(Saved entries)
________________
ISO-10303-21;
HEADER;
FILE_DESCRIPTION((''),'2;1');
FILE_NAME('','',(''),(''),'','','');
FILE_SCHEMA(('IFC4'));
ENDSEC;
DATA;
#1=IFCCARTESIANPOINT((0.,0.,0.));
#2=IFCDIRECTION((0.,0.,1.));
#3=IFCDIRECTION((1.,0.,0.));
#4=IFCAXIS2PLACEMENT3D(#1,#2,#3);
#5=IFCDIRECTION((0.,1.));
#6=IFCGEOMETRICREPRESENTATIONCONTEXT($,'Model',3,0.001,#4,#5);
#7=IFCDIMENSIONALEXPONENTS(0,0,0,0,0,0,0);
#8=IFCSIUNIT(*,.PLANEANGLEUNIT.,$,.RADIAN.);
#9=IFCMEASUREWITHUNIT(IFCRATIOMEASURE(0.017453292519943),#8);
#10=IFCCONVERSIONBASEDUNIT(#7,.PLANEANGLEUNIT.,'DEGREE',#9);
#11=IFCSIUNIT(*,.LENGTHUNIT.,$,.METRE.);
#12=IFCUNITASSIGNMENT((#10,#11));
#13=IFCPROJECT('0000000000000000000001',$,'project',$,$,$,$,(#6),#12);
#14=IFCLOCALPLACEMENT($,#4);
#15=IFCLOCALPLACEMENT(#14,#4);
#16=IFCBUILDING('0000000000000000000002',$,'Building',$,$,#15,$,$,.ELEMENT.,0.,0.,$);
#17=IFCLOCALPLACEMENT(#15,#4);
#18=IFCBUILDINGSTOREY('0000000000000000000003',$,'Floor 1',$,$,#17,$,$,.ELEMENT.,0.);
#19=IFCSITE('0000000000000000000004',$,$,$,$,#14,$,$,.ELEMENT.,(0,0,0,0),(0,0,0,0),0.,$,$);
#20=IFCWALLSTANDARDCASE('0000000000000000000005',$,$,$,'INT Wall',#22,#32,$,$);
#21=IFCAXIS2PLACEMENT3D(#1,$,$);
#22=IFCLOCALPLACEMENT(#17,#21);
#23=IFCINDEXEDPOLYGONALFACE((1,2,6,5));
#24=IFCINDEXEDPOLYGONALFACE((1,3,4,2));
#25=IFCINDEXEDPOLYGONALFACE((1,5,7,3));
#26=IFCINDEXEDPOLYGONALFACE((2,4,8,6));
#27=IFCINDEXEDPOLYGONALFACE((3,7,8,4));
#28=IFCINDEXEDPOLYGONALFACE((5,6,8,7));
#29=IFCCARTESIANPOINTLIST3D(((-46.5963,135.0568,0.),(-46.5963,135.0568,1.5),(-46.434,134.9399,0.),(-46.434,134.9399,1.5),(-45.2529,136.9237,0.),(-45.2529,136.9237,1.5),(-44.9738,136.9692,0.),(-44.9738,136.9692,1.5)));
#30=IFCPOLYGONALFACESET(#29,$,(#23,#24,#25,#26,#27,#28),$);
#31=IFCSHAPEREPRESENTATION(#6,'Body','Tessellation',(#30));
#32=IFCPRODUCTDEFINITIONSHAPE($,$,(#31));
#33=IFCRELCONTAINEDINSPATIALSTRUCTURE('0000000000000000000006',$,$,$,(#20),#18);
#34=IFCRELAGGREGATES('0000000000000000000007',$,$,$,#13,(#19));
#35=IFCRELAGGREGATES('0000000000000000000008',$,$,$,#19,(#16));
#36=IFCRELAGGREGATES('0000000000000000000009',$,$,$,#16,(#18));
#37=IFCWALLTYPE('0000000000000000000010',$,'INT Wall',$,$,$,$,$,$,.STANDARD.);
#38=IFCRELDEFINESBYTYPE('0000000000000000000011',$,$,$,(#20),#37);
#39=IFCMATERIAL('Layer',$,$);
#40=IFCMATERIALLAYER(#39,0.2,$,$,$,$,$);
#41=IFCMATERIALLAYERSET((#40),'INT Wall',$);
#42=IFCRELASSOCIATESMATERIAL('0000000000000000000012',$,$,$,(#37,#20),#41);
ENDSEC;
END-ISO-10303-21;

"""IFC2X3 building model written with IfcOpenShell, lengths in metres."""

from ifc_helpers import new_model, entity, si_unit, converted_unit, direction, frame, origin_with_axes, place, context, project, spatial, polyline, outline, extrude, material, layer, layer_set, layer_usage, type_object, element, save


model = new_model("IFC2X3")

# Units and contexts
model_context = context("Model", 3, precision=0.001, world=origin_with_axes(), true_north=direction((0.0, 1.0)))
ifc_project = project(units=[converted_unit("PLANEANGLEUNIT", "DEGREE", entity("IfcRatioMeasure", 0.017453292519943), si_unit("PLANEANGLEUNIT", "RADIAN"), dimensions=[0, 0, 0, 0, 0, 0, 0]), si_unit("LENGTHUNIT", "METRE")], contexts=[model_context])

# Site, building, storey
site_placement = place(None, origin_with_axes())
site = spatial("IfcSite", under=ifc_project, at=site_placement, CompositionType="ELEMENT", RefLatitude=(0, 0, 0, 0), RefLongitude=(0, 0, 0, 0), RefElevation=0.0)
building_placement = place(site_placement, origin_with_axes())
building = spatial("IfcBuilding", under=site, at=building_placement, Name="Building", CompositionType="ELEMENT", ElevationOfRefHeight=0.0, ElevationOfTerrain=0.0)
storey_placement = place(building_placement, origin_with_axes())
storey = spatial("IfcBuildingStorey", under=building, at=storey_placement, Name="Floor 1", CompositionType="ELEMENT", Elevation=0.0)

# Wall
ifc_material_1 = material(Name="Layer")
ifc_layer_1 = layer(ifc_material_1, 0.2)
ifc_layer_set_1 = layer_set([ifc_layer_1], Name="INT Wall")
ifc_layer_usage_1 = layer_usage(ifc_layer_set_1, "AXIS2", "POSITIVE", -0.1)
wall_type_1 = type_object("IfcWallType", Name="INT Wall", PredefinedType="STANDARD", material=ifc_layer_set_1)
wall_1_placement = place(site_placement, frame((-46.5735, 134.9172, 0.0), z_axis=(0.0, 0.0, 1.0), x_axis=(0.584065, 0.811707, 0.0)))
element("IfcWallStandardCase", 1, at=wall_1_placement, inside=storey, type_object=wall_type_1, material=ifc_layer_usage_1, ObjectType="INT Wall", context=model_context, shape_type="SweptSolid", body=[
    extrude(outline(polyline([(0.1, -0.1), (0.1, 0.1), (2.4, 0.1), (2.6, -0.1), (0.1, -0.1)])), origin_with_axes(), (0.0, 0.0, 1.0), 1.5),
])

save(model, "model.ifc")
________________
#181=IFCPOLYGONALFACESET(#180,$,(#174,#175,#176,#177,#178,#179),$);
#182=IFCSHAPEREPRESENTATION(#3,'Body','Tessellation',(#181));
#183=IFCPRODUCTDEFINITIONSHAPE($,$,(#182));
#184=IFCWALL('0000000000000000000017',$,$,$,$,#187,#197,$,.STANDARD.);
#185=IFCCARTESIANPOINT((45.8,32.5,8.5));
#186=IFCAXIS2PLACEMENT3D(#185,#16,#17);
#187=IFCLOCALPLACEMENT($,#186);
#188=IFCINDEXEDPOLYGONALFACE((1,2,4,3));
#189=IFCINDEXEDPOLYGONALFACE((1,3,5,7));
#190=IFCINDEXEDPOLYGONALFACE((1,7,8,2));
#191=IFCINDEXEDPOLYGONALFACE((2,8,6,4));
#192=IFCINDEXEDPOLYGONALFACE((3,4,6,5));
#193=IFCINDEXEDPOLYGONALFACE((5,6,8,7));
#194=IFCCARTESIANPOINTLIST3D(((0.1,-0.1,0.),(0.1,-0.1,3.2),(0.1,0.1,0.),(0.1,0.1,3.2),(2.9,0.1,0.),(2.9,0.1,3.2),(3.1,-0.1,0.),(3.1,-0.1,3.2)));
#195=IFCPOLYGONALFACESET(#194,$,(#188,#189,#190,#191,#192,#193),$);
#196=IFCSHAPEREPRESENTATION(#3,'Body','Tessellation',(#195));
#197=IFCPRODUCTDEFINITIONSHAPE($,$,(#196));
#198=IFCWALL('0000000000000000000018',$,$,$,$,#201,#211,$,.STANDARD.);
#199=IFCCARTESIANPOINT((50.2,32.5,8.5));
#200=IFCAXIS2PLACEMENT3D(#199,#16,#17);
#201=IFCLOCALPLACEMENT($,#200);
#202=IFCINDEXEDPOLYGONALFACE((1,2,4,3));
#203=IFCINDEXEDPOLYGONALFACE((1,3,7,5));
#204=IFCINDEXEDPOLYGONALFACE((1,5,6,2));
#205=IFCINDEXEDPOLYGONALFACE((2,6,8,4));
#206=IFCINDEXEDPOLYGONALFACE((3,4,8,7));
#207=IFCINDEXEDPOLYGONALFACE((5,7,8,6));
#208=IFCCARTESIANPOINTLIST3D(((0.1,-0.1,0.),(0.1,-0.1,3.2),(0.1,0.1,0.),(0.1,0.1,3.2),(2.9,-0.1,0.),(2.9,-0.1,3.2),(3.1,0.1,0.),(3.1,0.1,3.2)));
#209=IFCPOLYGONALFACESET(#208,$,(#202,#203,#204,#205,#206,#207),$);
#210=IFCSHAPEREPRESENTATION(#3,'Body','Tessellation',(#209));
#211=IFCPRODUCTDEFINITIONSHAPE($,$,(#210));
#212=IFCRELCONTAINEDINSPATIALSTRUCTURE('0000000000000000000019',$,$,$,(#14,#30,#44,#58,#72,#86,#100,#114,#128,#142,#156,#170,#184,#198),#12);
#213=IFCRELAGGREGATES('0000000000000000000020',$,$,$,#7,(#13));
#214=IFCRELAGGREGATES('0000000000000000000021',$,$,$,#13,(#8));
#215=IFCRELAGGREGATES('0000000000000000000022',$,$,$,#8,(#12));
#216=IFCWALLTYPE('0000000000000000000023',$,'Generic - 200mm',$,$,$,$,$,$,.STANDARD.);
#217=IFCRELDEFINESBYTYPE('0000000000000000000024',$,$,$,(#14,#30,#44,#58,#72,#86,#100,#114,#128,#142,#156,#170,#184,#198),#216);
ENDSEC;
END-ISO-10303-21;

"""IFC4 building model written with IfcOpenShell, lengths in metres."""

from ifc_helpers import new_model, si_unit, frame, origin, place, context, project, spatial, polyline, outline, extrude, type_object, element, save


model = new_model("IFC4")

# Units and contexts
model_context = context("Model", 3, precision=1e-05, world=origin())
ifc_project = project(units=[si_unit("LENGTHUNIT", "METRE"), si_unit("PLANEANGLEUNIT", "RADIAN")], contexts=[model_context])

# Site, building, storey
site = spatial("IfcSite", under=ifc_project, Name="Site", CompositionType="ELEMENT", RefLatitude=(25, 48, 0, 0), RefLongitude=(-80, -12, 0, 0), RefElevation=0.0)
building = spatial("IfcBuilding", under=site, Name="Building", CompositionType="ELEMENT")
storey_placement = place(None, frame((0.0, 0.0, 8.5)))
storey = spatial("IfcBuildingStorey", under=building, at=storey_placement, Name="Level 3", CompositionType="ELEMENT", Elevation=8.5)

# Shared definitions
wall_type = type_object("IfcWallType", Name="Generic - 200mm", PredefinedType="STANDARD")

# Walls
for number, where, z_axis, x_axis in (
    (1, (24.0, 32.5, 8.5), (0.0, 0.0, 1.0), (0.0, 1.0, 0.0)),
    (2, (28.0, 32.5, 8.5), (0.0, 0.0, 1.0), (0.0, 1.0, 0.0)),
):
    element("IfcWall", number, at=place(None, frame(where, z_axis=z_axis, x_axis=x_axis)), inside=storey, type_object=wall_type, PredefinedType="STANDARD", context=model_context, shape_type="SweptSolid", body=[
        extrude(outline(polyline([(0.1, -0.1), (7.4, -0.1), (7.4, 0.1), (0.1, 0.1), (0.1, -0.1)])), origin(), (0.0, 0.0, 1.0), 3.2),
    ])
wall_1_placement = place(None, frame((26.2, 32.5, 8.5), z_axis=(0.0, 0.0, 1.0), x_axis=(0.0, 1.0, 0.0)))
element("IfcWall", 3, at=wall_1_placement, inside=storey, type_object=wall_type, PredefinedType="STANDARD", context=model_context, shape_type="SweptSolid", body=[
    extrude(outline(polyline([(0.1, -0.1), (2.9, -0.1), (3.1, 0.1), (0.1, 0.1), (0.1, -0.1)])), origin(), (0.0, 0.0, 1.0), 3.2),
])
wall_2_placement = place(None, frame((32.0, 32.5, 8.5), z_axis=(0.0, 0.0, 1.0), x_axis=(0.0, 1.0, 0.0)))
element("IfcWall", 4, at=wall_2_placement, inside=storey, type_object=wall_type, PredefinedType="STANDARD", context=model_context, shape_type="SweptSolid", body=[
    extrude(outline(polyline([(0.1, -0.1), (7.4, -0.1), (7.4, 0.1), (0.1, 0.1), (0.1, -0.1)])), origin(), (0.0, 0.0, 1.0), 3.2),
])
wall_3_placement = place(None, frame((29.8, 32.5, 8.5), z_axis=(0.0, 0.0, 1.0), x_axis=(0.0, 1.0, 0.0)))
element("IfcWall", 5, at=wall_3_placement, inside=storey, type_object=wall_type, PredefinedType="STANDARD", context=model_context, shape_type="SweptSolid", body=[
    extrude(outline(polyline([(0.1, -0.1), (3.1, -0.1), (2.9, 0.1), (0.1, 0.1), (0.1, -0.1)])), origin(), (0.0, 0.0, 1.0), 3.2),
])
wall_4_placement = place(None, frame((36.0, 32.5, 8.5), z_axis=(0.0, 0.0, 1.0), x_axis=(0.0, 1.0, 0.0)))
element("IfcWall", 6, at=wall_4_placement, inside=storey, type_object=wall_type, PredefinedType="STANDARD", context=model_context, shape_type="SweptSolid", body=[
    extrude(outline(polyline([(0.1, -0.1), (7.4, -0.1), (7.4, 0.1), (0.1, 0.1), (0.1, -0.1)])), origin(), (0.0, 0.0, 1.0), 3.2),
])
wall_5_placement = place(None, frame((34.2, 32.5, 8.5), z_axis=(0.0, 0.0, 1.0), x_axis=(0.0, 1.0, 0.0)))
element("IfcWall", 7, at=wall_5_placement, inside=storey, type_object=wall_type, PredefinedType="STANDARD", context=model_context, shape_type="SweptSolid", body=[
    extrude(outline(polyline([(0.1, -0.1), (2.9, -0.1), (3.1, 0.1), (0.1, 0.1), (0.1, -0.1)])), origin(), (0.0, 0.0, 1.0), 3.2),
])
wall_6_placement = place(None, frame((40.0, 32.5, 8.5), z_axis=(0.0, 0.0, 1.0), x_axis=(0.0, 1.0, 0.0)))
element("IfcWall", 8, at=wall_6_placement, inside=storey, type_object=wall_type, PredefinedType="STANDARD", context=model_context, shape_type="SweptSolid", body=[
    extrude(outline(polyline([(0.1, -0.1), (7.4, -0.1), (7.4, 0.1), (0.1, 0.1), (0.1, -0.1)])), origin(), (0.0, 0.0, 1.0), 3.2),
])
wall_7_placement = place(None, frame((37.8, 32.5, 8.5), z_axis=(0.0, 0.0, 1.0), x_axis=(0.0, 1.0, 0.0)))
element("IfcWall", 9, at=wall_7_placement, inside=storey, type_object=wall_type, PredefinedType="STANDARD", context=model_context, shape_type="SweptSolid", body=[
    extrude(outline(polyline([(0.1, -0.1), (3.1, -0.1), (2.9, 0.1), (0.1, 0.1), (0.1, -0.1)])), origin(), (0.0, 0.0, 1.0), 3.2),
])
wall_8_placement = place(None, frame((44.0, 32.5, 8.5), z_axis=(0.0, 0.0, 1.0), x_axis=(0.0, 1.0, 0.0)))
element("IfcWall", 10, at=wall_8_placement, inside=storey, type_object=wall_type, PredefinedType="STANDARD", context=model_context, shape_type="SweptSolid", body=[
________________
*INSTRUCTIONS FOR THE TASK:* Go through the data and gather every line that holds "Generic".

*SOLUTION TO THIS PROBLEM:*
#216=IFCWALLTYPE('0000000000000000000023',$,'Generic - 200mm',$,$,$,$,$,$,.STANDARD.);
wall_type = type_object("IfcWallType", Name="Generic - 200mm", PredefinedType="STANDARD")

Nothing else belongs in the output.